### WORK INSTRUCTION:
Please reproduce the data below exactly, from the first line through the line containing "#29=IFCINDEXEDPOLYGONALFACE((1,11,12,3));", and leave every later line out.

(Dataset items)
+ + + + +

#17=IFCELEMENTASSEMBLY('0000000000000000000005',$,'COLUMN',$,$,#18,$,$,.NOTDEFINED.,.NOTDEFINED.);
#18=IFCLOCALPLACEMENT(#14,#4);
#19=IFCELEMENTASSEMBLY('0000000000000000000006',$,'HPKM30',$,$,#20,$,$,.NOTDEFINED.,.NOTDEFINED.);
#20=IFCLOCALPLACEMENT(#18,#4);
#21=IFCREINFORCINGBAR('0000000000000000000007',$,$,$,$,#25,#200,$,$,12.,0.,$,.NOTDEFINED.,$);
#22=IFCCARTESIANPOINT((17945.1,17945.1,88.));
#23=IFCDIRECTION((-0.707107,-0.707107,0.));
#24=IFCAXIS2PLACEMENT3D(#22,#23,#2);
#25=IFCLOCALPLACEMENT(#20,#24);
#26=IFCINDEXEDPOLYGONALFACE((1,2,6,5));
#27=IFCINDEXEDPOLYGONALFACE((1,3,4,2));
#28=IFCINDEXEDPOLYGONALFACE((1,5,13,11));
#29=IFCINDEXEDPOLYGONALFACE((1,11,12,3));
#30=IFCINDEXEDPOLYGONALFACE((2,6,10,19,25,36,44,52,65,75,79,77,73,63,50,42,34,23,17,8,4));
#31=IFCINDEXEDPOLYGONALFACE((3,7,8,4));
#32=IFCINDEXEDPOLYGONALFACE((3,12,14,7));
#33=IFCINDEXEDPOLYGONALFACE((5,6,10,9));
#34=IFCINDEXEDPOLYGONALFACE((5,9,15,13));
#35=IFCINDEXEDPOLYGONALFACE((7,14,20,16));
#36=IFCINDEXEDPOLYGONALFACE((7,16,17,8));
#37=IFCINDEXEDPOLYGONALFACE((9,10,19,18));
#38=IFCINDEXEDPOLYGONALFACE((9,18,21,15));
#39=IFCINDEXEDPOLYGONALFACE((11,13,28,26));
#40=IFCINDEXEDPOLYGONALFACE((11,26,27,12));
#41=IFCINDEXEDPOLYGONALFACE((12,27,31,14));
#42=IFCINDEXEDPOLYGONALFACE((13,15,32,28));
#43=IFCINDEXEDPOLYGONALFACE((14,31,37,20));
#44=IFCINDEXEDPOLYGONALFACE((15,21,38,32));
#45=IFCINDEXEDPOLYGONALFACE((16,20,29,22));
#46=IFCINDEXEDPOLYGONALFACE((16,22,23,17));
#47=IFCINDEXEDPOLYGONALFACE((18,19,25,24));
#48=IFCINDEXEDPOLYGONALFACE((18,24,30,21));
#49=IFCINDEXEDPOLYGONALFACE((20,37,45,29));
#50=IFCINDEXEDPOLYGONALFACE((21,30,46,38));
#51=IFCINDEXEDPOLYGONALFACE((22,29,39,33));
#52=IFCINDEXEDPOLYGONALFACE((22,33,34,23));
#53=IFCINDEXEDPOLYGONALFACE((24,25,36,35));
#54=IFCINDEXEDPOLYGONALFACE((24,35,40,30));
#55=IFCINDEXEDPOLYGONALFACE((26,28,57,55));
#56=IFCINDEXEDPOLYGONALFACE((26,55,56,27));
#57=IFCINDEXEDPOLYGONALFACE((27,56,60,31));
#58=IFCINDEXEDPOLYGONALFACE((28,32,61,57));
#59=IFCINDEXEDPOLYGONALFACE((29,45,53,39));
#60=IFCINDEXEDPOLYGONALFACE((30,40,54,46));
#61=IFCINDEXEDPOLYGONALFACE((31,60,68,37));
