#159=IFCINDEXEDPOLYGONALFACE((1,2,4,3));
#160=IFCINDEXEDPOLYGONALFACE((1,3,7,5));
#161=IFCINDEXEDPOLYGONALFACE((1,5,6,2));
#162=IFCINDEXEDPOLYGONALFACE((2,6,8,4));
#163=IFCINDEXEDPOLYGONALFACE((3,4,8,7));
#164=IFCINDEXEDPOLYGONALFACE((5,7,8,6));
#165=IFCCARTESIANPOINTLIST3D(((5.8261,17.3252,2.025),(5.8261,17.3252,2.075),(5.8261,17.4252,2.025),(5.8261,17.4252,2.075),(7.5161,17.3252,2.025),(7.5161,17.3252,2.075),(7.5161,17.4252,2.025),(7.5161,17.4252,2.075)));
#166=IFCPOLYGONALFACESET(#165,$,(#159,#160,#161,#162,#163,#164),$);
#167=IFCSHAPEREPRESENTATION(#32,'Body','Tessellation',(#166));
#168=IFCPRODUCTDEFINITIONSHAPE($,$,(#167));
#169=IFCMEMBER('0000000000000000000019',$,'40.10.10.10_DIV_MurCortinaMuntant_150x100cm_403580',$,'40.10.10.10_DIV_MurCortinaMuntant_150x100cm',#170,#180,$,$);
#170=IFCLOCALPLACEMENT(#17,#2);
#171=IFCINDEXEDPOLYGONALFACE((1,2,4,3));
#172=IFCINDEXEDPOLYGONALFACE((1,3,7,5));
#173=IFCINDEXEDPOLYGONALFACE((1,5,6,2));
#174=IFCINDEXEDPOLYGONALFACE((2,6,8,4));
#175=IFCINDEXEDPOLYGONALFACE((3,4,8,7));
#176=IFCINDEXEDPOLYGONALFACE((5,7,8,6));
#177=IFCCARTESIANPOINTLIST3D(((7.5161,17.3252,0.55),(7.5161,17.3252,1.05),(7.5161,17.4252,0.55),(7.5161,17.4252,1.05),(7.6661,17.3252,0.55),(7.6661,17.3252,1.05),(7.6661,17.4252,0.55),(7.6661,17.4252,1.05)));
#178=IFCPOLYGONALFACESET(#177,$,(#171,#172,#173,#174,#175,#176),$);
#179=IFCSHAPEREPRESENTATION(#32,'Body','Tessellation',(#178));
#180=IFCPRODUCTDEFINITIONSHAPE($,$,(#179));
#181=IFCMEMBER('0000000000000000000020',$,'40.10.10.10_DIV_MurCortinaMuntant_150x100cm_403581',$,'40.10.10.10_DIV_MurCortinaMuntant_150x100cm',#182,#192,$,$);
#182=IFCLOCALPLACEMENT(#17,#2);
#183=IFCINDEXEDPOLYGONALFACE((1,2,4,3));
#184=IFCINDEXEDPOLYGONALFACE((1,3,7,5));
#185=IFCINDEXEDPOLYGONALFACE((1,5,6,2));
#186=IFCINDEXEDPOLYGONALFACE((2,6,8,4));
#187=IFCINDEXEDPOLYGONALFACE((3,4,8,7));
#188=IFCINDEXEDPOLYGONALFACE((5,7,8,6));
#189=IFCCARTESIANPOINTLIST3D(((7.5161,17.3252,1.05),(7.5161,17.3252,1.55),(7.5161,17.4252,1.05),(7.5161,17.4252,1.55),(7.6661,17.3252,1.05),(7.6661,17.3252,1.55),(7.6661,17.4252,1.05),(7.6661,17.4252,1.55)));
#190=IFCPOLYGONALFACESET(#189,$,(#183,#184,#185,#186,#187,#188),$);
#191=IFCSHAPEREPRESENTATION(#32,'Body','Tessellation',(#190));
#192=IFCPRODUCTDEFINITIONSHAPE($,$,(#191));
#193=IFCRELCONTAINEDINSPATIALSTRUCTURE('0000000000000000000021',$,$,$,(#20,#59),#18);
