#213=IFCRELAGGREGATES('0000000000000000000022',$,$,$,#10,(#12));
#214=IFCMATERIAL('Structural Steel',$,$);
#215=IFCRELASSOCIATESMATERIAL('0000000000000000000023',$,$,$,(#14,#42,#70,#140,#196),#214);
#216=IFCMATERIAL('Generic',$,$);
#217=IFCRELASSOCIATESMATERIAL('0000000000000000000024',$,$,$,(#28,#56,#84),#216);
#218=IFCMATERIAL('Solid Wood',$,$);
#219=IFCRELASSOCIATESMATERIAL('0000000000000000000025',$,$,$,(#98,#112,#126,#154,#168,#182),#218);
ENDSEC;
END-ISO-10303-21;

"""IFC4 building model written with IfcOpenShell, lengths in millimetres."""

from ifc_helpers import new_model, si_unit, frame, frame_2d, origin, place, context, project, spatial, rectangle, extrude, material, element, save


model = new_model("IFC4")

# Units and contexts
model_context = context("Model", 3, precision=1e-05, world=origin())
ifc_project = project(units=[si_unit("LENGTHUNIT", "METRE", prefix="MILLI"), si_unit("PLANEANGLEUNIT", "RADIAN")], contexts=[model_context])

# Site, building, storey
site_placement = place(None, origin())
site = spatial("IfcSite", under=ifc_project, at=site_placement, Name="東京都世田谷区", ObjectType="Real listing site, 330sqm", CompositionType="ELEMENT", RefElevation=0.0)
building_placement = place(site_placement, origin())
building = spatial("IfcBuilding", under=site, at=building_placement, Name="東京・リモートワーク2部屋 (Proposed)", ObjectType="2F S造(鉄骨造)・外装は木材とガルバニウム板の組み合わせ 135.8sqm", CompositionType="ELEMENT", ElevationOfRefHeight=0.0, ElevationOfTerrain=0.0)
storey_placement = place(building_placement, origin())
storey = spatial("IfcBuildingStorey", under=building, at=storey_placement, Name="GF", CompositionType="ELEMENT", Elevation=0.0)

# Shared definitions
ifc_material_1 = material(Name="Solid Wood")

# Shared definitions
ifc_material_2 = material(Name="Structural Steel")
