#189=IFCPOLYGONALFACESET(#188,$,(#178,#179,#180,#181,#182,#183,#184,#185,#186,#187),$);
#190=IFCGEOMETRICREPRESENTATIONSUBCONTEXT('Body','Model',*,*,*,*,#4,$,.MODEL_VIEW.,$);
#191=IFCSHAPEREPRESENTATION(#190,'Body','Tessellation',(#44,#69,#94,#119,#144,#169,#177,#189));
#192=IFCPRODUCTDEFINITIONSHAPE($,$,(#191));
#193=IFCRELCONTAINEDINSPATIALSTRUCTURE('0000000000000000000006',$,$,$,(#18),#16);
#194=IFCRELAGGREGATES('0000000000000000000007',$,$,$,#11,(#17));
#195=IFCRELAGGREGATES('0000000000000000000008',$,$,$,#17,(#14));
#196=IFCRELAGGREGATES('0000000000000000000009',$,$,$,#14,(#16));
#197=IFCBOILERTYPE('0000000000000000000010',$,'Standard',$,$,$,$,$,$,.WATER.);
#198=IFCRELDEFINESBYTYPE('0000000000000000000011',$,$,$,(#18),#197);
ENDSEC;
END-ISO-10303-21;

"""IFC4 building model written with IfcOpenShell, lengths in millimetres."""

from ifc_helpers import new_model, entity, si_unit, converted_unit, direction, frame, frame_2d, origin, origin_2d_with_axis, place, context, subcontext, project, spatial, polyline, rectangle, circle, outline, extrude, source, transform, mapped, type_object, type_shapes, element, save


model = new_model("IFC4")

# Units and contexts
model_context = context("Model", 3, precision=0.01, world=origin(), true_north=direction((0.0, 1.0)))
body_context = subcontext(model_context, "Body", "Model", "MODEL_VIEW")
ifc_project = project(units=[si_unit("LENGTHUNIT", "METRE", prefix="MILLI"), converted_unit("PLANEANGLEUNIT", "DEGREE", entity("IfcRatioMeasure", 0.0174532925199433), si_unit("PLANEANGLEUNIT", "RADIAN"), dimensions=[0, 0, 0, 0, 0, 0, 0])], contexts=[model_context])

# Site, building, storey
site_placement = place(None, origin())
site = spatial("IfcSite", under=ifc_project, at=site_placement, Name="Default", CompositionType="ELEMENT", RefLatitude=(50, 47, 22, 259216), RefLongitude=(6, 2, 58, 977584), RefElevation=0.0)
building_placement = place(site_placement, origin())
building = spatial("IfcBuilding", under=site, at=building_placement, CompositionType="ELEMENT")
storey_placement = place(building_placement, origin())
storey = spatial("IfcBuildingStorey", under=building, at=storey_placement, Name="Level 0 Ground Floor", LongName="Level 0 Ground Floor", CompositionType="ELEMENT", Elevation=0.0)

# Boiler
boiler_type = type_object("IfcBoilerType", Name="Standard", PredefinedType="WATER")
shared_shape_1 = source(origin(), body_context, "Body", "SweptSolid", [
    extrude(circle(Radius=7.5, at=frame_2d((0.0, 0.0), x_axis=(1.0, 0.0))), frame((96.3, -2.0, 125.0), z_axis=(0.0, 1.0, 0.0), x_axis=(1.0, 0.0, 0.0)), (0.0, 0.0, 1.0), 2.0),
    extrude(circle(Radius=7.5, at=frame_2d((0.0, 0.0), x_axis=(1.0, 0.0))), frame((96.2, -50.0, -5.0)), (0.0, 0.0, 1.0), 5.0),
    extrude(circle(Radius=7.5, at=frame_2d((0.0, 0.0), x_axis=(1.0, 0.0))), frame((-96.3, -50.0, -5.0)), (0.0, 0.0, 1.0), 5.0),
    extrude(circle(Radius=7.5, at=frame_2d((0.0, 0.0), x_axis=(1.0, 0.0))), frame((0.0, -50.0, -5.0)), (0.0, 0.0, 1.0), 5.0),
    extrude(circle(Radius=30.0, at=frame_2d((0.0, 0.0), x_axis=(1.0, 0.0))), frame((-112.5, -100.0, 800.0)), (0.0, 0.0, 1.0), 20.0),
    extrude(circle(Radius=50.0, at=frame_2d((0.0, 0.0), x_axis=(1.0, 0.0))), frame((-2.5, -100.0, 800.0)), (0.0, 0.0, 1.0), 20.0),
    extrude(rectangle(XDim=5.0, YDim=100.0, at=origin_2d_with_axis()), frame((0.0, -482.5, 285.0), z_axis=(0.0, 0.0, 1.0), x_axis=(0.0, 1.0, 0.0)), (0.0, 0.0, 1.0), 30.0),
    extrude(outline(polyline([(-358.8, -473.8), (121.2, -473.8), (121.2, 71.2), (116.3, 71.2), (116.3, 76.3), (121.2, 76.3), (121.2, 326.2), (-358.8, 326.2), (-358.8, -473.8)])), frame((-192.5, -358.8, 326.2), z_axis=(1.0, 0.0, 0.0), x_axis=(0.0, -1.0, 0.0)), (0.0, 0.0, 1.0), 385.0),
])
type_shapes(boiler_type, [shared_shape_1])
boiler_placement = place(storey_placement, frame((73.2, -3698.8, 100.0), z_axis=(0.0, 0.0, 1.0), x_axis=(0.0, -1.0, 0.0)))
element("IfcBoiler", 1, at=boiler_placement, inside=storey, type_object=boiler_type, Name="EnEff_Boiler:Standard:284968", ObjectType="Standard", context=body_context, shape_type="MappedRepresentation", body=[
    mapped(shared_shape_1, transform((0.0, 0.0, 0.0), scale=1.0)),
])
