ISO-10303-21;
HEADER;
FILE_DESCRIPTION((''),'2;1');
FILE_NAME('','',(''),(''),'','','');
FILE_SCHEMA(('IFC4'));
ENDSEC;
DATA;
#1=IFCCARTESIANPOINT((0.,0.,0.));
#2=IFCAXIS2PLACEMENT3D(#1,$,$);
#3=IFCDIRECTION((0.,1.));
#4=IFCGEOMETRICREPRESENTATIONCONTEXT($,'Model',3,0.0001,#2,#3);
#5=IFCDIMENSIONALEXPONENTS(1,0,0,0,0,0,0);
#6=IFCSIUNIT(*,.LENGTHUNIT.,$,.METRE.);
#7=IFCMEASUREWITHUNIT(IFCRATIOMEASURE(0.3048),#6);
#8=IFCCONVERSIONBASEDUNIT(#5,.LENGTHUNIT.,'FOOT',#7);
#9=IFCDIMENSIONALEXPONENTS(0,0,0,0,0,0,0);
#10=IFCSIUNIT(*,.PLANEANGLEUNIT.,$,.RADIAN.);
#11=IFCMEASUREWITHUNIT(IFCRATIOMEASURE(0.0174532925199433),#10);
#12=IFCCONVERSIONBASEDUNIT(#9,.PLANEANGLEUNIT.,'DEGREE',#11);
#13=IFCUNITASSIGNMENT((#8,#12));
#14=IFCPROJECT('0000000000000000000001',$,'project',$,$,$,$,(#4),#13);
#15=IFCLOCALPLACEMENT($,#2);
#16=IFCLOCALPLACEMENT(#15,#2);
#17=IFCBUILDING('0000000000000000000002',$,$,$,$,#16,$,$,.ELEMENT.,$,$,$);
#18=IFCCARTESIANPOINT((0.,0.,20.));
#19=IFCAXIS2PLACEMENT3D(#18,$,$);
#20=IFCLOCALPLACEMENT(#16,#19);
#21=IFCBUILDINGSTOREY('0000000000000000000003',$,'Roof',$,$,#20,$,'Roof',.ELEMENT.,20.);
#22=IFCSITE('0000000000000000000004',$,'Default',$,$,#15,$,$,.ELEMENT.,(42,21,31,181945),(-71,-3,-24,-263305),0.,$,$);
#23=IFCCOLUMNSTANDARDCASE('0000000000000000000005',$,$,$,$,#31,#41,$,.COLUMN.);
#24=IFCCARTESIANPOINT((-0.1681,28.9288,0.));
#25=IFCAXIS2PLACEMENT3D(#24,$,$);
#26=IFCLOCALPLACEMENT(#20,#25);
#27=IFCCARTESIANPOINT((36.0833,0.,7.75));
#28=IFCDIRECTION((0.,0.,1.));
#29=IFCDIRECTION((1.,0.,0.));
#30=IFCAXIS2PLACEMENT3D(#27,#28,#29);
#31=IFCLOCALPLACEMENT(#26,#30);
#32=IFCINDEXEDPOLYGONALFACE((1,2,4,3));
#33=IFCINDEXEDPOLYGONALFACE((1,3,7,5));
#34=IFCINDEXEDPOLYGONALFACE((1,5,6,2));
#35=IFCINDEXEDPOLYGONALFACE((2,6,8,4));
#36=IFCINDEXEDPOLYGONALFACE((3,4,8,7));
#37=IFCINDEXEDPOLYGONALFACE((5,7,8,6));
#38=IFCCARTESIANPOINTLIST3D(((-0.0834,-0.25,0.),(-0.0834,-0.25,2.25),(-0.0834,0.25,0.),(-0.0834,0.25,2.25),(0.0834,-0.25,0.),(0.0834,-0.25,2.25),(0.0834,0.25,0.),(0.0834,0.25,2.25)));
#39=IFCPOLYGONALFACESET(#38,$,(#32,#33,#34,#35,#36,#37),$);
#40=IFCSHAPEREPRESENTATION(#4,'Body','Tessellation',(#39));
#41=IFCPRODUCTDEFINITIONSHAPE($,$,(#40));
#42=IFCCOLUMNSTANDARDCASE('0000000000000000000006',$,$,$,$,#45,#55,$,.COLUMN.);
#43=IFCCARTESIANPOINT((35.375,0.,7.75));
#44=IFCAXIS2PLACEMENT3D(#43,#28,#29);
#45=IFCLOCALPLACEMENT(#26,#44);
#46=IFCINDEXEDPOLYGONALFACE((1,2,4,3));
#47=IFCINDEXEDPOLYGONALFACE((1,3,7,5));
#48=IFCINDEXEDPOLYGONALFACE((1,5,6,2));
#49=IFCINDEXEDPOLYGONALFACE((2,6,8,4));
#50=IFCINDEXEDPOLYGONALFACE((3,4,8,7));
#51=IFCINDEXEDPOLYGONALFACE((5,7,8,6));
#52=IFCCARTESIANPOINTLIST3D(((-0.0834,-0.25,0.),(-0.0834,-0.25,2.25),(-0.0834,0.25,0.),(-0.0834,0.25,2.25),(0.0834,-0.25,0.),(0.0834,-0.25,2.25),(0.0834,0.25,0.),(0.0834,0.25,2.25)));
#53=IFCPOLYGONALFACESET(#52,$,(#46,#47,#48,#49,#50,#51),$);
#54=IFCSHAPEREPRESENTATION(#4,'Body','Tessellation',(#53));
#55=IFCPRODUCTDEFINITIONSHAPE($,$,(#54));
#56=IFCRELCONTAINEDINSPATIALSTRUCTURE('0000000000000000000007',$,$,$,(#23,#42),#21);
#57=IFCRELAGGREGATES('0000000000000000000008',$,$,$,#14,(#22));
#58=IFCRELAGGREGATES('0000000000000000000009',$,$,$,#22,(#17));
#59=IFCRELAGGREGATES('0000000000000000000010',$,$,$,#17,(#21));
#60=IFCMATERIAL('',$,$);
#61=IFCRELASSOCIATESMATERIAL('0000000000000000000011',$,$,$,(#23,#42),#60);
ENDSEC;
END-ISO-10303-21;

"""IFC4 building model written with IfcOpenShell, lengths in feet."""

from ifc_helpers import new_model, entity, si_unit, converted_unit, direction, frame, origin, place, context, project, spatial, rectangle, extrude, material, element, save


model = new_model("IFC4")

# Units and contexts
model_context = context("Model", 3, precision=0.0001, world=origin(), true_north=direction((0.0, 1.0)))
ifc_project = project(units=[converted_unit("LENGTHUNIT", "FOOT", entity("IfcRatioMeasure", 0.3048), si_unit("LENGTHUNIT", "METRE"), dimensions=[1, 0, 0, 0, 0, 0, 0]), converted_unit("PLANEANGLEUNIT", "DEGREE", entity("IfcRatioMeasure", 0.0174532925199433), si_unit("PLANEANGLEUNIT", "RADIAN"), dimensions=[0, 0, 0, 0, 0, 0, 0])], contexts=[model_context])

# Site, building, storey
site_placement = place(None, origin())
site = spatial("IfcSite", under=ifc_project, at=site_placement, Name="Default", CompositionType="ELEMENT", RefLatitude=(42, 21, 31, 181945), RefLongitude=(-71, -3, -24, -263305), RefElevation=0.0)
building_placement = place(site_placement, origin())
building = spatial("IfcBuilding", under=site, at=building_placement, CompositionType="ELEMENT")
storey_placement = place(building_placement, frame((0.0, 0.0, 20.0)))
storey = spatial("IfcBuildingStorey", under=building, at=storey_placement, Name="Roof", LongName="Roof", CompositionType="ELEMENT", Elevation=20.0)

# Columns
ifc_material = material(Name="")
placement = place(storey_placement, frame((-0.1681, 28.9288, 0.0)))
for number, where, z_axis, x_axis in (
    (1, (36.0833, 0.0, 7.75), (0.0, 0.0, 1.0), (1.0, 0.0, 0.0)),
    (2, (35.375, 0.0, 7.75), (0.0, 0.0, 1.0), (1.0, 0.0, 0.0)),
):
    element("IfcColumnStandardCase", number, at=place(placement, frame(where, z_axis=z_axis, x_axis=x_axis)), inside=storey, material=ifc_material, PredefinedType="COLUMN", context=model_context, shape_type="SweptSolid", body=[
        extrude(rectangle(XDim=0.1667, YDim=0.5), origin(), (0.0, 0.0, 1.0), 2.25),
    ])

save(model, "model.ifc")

+ + + + +

### RESPONSE BOX:
#17=IFCELEMENTASSEMBLY('0000000000000000000005',$,'COLUMN',$,$,#18,$,$,.NOTDEFINED.,.NOTDEFINED.);
#18=IFCLOCALPLACEMENT(#14,#4);
#19=IFCELEMENTASSEMBLY('0000000000000000000006',$,'HPKM30',$,$,#20,$,$,.NOTDEFINED.,.NOTDEFINED.);
#20=IFCLOCALPLACEMENT(#18,#4);
#21=IFCREINFORCINGBAR('0000000000000000000007',$,$,$,$,#25,#200,$,$,12.,0.,$,.NOTDEFINED.,$);
#22=IFCCARTESIANPOINT((17945.1,17945.1,88.));
#23=IFCDIRECTION((-0.707107,-0.707107,0.));
#24=IFCAXIS2PLACEMENT3D(#22,#23,#2);
#25=IFCLOCALPLACEMENT(#20,#24);
#26=IFCINDEXEDPOLYGONALFACE((1,2,6,5));
#27=IFCINDEXEDPOLYGONALFACE((1,3,4,2));
#28=IFCINDEXEDPOLYGONALFACE((1,5,13,11));
#29=IFCINDEXEDPOLYGONALFACE((1,11,12,3));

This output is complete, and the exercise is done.